By adding a <CustomNavigationTemplate> block you can take full control of the navigation usually displayed at the bottom of the current view. You normally fill the <CustomNavigationTemplate> block with a series of buttons, but other controls are acceptable as well, with the restriction that those controls must support command bubbling, as does Button.

A wizard step is just one of the forms in which you break up the original user interface to build the wizard. So a wizard step will typically contain input controls such as text and checkboxes, dropdown lists, calendars, validators, and whatever else you can use to collect data from users.

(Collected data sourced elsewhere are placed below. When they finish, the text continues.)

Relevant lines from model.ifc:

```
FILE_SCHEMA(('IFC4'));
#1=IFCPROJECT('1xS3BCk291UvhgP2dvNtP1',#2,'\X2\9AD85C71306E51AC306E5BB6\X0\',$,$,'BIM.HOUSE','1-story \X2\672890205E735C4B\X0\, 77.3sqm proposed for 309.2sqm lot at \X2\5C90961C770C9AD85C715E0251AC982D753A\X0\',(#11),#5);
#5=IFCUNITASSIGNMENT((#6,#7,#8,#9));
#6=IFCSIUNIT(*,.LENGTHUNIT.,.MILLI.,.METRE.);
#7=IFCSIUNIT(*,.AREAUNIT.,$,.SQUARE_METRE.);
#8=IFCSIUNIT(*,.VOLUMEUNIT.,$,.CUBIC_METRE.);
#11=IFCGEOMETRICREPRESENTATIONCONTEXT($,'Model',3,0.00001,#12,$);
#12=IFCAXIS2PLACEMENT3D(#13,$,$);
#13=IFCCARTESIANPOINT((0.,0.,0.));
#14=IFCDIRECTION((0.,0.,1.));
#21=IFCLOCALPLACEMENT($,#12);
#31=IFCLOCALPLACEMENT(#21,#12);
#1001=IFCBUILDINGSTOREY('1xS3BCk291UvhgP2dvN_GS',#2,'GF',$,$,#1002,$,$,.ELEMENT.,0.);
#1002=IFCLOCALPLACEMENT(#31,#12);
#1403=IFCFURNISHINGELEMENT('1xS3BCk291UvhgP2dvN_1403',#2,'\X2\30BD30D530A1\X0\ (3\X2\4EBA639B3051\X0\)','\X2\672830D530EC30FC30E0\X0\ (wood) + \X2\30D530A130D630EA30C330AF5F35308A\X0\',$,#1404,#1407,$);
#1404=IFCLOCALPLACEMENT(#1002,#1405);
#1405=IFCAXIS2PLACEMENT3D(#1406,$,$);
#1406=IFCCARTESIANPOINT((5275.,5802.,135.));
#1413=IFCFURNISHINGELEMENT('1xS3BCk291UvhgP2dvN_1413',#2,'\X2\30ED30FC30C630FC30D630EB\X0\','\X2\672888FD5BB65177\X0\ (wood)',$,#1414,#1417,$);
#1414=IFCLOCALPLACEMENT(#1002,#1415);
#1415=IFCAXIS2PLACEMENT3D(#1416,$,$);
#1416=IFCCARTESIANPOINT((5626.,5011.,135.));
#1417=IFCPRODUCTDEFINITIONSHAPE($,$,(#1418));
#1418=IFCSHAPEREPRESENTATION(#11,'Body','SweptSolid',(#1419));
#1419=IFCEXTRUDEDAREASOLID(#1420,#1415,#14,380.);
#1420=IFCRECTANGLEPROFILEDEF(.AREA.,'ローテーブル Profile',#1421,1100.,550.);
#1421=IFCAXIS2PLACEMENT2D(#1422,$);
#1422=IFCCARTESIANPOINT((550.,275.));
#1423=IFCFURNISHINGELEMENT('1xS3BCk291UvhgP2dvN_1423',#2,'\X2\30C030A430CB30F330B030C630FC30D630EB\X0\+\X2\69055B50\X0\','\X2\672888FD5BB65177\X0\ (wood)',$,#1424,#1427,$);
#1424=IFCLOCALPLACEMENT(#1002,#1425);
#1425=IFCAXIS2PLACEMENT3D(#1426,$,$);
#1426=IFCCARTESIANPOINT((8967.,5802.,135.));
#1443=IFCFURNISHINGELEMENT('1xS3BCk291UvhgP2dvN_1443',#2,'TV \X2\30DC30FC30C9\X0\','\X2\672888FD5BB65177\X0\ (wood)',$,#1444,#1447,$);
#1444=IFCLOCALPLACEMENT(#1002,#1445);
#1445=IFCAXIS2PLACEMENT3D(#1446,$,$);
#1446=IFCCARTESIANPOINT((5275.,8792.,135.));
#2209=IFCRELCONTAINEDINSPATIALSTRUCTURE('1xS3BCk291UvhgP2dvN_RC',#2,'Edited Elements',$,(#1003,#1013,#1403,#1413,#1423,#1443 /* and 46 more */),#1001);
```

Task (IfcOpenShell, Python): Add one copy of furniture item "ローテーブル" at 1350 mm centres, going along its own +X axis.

```python
import ifcopenshell
import ifcopenshell.api.geometry
import ifcopenshell.api.root
import ifcopenshell.util.element
import ifcopenshell.util.placement
import ifcopenshell.util.unit

model = ifcopenshell.open("model.ifc")
unit_scale = ifcopenshell.util.unit.calculate_unit_scale(model)


def reuse_history(source, copy):
    """copy_class also copies each property set's owner history, people and application; keep the originals."""
    for rel in copy.IsDefinedBy:
        if rel.is_a("IfcRelDefinesByProperties") and (history := rel.RelatingPropertyDefinition.OwnerHistory):
            rel.RelatingPropertyDefinition.OwnerHistory = source.OwnerHistory
            ifcopenshell.util.element.remove_deep2(model, history)


source = model.by_guid("1xS3BCk291UvhgP2dvN_1413")
base = ifcopenshell.util.placement.get_local_placement(source.ObjectPlacement)
step = base[:3, 0] * 1.35 / unit_scale

for i in range(1, 2):
    copy = ifcopenshell.api.root.copy_class(model, product=source)
    copy.Representation = ifcopenshell.util.element.copy_deep(
        model, source.Representation, exclude=["IfcGeometricRepresentationContext", "IfcRepresentationMap"]
    )
    reuse_history(source, copy)
    matrix = base.copy()
    matrix[:3, 3] += i * step
    print("added at", matrix[:3, 3].round(3) + 0.0)
    ifcopenshell.api.geometry.edit_object_placement(model, product=copy, matrix=matrix, is_si=False)

model.write("model-out.ifc")
```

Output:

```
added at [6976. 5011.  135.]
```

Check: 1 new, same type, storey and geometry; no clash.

All step classes inherit from the WizardStepBase class. The base class provides each child class with a property named StepType. The property gets or sets the type of navigation buttons to display for a page in a Wizard control. Possible values are listed in Figure 7. By default, the type of a step is dynamically determined by the control. The first step is a Start step, and the last is the Finish step; unless specified by the user, the control doesn't automatically assign steps to be Complete steps. All other intermediate steps are ordinary steps. The main difference between the step types is in the list of buttons displayed in the navigation area. An ordinary step allows a user to move back and forth, whereas a Start step doesn't display a Back button, and a Complete step doesn't provide any navigation whatsoever. As mentioned, all these built-in rules can be altered if you use a templated solution.

Figure 7 Step Types

Setting Description
Auto Default setting; forces the wizard to determine how each contained step should be treated.
Complete The last page that the wizard displays, usually after the wizard has been completed. The navigation bar and the sidebar aren't displayed.
Finish The last page used for collecting user data. It lacks the Next button, and it shows the Previous and Finish buttons.
Start The first screen displayed, with no Previous button.
Step All other intermediate pages, in which the Previous and Next buttons are displayed.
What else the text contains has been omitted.